Durante uma hora, a atriz falou sobre rumos profissionais, vida em família, casamento, passagem do tempo e moda. A seguir, os melhores trechos:
Qual é a importância de filmes que tenham a ditadura militar como pano de fundo?
Esse longa, costuma dizer Kleber em suas entrevistas, é primo de “Ainda estou aqui”. Falamos sobre o mesmo assunto, a ditadura militar. Em “O agente secreto”, o período não é mencionado, mas permeia todo filme. Quem viveu aquele tempo passou por isso, algo camuflado, mas muito presente. O filme, sem ser panfletário, consegue essa proeza. Retrata a dificuldade de viver sob ameaça e perseguição. Minha personagem, Elza, é uma mulher de classe alta que usa seu poder para ajudar perseguidos políticos.

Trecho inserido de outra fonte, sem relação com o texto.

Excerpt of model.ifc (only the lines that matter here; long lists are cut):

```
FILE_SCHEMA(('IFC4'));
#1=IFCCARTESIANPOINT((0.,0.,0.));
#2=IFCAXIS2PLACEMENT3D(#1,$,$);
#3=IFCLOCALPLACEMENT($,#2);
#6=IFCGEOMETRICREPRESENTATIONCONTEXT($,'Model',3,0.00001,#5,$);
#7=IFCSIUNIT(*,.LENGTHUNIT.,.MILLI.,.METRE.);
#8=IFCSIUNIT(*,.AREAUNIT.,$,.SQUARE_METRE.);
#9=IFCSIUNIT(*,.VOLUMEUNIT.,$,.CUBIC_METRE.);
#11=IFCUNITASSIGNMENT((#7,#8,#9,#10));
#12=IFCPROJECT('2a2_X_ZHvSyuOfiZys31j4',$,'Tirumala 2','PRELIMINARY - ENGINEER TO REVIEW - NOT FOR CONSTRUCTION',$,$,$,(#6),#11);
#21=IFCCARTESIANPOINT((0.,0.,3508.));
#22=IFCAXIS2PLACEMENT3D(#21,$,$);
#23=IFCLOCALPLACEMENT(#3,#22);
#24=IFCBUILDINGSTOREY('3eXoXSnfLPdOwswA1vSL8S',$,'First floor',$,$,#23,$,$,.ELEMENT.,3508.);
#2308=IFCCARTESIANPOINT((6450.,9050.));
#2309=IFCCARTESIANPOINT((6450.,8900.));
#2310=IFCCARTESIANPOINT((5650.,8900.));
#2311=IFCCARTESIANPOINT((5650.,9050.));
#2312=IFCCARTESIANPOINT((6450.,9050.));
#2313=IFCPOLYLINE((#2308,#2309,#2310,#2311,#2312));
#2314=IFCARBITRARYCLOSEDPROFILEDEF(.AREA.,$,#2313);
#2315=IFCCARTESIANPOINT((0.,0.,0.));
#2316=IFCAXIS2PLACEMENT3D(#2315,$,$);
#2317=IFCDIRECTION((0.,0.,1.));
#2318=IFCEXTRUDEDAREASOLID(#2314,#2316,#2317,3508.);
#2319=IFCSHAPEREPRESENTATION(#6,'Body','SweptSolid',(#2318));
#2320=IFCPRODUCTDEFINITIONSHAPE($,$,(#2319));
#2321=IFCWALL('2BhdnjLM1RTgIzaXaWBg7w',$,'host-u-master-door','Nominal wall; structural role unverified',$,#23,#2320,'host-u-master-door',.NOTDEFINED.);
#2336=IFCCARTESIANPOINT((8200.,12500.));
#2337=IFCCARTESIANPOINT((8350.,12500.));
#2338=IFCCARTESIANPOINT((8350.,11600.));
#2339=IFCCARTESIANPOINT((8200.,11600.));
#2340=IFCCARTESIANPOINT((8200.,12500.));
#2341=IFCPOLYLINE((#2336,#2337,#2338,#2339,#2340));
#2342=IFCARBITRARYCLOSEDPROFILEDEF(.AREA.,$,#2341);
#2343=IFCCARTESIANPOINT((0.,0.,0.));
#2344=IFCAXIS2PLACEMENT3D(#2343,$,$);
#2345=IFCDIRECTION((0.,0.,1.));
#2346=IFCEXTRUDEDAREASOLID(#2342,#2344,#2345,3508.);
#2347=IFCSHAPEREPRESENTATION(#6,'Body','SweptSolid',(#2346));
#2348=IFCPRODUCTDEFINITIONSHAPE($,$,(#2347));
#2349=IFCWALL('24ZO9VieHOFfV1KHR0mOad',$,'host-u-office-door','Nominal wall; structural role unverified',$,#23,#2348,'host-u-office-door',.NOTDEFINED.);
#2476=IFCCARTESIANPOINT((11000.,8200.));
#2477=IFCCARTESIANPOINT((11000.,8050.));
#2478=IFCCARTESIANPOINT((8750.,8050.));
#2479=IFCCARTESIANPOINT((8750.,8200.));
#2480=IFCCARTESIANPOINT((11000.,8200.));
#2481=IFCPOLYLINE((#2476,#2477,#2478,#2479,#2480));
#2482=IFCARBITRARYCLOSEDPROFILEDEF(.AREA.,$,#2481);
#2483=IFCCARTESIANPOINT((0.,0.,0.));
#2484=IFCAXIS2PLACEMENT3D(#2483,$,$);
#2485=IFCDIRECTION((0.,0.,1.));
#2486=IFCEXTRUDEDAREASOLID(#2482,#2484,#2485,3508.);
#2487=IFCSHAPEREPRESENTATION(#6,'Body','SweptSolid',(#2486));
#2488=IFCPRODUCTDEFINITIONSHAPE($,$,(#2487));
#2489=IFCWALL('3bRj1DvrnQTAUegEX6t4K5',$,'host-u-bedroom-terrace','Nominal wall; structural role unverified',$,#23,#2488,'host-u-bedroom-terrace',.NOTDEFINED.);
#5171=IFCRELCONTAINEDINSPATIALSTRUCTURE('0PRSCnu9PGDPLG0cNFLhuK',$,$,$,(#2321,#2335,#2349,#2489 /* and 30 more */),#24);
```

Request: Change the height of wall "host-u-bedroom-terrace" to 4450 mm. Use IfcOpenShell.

```python
import ifcopenshell
import ifcopenshell.geom
import ifcopenshell.util.shape
import ifcopenshell.util.unit

model = ifcopenshell.open("model.ifc")
unit_scale = ifcopenshell.util.unit.calculate_unit_scale(model)
settings = ifcopenshell.geom.settings()


def volume(element):
    """Net volume in cubic metres, openings subtracted."""
    shape = ifcopenshell.geom.create_shape(settings, element)
    return ifcopenshell.util.shape.get_volume(shape.geometry)


wall = model.by_id(2489)
before = volume(wall)

body = next(r for r in wall.Representation.Representations if r.RepresentationIdentifier == "Body")
solid = body.Items[0]
old_height = solid.Depth
solid.Depth = 4.45 / unit_scale
after = volume(wall)

print(f"height {old_height:g} -> {solid.Depth:g}, volume {before:.3f} -> {after:.3f} m3")

model.write("model_v2.ifc")
```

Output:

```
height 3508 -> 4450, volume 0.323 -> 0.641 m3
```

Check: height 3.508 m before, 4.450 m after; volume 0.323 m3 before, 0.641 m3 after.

Como muitas daquela época, corre risco de vida.
Qual é a sua opinião sobre manifestações recentes em prol da volta da ditadura militar?
Muitas vezes, essas manifestações vêm de pessoas que não procuram ler, entender nem pesquisar o tema. A gente atravessou, recentemente, um período muito sombrio, duro para todos, principalmente para quem trabalha na área cultural. Foi muito sofrido ser considerado um pária dentro do próprio país e ver a cultura sendo transformada em algo supérfluo e dispensável. A duras penas, atravessamos aquilo tudo e renascemos. Me assusta a possibilidade de vivermos um retrocesso, novamente.
Como é viver na França há oito anos?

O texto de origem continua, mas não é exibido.